RETALIATION COMPLAINTS AGAINST EMPLOYERS EXCEED DISCRIMINATION COMPLAINTS
Feb. 10, 2014
In 2011 the Supreme Court found that the anti-retaliation provision in Title VII covered a wide range of employer conduct. Recent retaliation complaints received by the EEOC have replaced racial discrimination as the most common complaint.
Title VII can be utilized by individuals, other than the employee who was subject to the alleged employer conduct, who are harmed by the alleged employer conduct. For this reason employers must exercise caution in the termination of any employee who has complained about another employee being harassed at work.
Employers should consider placing individuals who claim to have witnessed alleged workplace discrimination of another employee on a terminate with caution list. Employees on the terminate with caution list should only be considered for termination if there is a strong and easy to articulate reason for termination.
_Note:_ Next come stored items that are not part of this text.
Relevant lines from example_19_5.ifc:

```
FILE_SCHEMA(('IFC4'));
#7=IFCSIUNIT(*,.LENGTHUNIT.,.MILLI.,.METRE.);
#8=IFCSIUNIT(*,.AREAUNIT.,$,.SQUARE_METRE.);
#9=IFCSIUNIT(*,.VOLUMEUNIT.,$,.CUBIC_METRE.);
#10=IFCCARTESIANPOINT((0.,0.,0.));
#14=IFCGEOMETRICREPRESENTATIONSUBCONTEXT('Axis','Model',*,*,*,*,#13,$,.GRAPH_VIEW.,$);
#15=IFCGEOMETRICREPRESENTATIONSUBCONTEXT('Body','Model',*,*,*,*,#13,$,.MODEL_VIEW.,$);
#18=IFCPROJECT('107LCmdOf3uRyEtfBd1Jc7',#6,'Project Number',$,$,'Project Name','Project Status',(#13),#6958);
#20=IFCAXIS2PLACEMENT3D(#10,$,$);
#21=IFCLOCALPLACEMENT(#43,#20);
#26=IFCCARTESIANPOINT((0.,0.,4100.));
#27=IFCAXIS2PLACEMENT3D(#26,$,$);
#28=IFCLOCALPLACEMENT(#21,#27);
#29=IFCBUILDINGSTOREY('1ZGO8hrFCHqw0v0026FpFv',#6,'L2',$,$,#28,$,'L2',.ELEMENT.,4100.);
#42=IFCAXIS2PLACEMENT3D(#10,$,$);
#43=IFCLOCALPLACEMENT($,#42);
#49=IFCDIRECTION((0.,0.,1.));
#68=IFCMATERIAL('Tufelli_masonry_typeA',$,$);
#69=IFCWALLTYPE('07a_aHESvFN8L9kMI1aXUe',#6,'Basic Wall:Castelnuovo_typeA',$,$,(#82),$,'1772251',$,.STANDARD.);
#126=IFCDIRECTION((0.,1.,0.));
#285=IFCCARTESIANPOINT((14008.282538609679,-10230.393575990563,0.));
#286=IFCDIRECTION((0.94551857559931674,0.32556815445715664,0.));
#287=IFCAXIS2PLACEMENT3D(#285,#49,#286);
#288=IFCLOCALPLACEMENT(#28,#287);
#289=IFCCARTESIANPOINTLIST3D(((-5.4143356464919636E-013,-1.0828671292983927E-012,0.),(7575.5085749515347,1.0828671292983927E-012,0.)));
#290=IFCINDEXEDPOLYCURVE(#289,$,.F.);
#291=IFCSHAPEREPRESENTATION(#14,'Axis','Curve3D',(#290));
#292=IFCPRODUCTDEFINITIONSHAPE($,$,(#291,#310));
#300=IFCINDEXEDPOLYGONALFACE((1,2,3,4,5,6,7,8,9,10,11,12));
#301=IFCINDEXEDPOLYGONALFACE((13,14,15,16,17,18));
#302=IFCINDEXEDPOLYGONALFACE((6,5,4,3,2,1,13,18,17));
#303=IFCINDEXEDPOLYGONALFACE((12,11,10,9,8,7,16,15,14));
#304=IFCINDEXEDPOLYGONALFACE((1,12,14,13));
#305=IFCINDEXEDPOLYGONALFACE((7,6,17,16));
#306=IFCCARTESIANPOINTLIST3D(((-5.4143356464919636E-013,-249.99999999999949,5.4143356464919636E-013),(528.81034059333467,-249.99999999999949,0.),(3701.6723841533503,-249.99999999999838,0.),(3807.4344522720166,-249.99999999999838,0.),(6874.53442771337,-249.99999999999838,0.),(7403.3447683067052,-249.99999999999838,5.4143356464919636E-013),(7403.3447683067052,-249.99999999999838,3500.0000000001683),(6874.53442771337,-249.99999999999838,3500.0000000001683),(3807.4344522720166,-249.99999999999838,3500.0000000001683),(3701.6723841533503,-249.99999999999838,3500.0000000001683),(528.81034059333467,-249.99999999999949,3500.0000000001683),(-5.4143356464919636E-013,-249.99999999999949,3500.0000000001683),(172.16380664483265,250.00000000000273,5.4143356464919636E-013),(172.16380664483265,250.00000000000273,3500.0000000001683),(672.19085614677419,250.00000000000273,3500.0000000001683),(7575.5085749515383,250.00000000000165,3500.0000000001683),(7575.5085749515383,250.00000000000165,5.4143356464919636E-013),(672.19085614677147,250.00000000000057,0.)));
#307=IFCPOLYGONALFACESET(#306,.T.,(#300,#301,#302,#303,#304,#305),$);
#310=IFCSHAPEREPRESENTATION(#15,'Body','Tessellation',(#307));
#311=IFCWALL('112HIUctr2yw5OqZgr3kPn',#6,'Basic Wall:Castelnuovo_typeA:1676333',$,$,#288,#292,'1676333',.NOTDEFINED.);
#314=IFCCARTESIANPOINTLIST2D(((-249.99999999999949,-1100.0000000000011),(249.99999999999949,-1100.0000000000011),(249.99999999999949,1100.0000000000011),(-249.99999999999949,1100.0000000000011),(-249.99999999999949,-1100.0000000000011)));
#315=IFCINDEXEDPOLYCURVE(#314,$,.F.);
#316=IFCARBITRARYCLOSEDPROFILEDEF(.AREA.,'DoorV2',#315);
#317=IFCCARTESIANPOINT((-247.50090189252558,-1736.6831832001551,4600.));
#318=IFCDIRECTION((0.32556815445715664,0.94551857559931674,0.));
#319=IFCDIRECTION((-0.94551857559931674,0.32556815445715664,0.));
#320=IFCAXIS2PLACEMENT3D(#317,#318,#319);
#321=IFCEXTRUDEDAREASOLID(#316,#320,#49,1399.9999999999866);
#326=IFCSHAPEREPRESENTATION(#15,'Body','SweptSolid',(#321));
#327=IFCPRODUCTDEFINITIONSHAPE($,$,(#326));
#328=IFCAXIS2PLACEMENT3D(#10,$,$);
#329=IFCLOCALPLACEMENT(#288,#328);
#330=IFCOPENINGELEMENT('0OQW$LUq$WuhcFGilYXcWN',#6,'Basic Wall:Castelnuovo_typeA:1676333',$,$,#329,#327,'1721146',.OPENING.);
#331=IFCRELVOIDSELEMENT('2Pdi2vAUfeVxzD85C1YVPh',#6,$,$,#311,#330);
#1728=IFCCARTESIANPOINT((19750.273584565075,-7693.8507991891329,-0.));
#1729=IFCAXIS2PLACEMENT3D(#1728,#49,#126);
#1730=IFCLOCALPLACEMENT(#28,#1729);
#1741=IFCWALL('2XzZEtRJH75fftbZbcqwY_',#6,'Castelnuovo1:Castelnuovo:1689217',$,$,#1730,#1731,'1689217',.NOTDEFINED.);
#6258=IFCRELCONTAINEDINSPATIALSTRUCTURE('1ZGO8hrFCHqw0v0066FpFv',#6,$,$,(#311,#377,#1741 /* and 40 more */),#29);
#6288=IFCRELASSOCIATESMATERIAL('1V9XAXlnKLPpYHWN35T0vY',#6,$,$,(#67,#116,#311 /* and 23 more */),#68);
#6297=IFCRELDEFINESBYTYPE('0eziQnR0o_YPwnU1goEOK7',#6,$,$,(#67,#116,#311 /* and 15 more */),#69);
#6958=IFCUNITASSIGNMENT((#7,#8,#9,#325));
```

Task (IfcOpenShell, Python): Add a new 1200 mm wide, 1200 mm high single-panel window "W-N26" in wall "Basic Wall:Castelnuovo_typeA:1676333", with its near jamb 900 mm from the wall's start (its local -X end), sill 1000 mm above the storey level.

```python
import numpy as np
import ifcopenshell
import ifcopenshell.api.feature
import ifcopenshell.api.geometry
import ifcopenshell.api.root
import ifcopenshell.api.spatial
import ifcopenshell.geom
import ifcopenshell.util.element
import ifcopenshell.util.placement
import ifcopenshell.util.representation
import ifcopenshell.util.shape
import ifcopenshell.util.unit

model = ifcopenshell.open("example_19_5.ifc")
unit_scale = ifcopenshell.util.unit.calculate_unit_scale(model)
settings = ifcopenshell.geom.settings()


def volume(element):
    """Net volume in cubic metres, openings subtracted."""
    shape = ifcopenshell.geom.create_shape(settings, element)
    return ifcopenshell.util.shape.get_volume(shape.geometry)


wall = model.by_guid("112HIUctr2yw5OqZgr3kPn")
storey = ifcopenshell.util.element.get_container(wall, ifc_class="IfcBuildingStorey")
context = ifcopenshell.util.representation.get_context(model, "Model", "Body", "MODEL_VIEW")
before = volume(wall)

width, height, from_end, sill = 1.2, 1.2, 0.9, 1  # metres

# The wall runs along its own X axis, and the end named is its -X end.
wall_shape = ifcopenshell.geom.create_shape(settings, wall)
x, y, z = ifcopenshell.util.shape.get_vertices(wall_shape.geometry).T
start = x.min() + from_end
face, thickness = float(y.min()), float(y.max() - y.min())
wall_matrix = ifcopenshell.util.placement.get_local_placement(wall.ObjectPlacement)
level = ifcopenshell.util.placement.get_local_placement(storey.ObjectPlacement)[2, 3]


def in_wall(x, y):
    """Placement at x, y metres in the wall's axes, at sill height."""
    matrix = wall_matrix.copy()
    matrix[:, 3] = wall_matrix @ np.array([x / unit_scale, y / unit_scale, 0.0, 1.0])
    matrix[2, 3] = level + sill / unit_scale
    return matrix


# Opening: a box that overshoots both wall faces by 50 mm.
opening = ifcopenshell.api.root.create_entity(model, ifc_class="IfcOpeningElement", predefined_type="OPENING")
box = ifcopenshell.api.geometry.add_wall_representation(
    model, context=context, length=width, height=height, thickness=thickness + 0.1
)
ifcopenshell.api.geometry.assign_representation(model, product=opening, representation=box)
ifcopenshell.api.geometry.edit_object_placement(model, product=opening, matrix=in_wall(start, face - 0.05), is_si=False)
ifcopenshell.api.feature.add_feature(model, feature=opening, element=wall)

window = ifcopenshell.api.root.create_entity(model, ifc_class="IfcWindow", name="W-N26", predefined_type="WINDOW")
window.OverallWidth, window.OverallHeight = width / unit_scale, height / unit_scale
window.PartitioningType = "SINGLE_PANEL"
body = ifcopenshell.api.geometry.add_window_representation(
    model,
    context=context,
    overall_width=window.OverallWidth,
    overall_height=window.OverallHeight,
    partition_type="SINGLE_PANEL",
)
ifcopenshell.api.geometry.assign_representation(model, product=window, representation=body)
ifcopenshell.api.spatial.assign_container(model, products=[window], relating_structure=storey)
ifcopenshell.api.feature.add_filling(model, opening=opening, element=window)

# Centre the window in the wall's thickness.
ifcopenshell.api.geometry.edit_object_placement(model, product=window, matrix=in_wall(start, face), is_si=False)
window_shape = ifcopenshell.geom.create_shape(settings, window)
depth = ifcopenshell.util.shape.get_vertices(window_shape.geometry)[:, 1]
offset = face + thickness / 2 - (depth.min() + depth.max()) / 2
ifcopenshell.api.geometry.edit_object_placement(model, product=window, matrix=in_wall(start, offset), is_si=False)

after = volume(wall)

print(f"wall volume {before:.3f} -> {after:.3f} m3")

model.write("example_19_5_edited.ifc")
```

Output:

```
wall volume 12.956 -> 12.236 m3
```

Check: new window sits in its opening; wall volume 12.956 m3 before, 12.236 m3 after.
Employers should assume that the termination of any employee on the terminate with caution list will be heavily scrutinized. Employers should also be cautious of making changes to the employee’s work environment or work schedule as these changes may be perceived as adverse (punishment) because the employee reported the alleged discrimination. Without a central terminate with caution list, employers may unknowingly terminate an employee who’s conduct warrants termination, without knowing that the employee should be given extra consideration against termination, even when termination is warranted.
Lastly, employers should not institute any changes to the work arrangements of the witness’ family members or friends who work for the employer, unless their is an easily justifiable reason to do so. These individuals may claim that they are being adversely effected in order to retaliate against the harmed employee or witness to the alleged harm.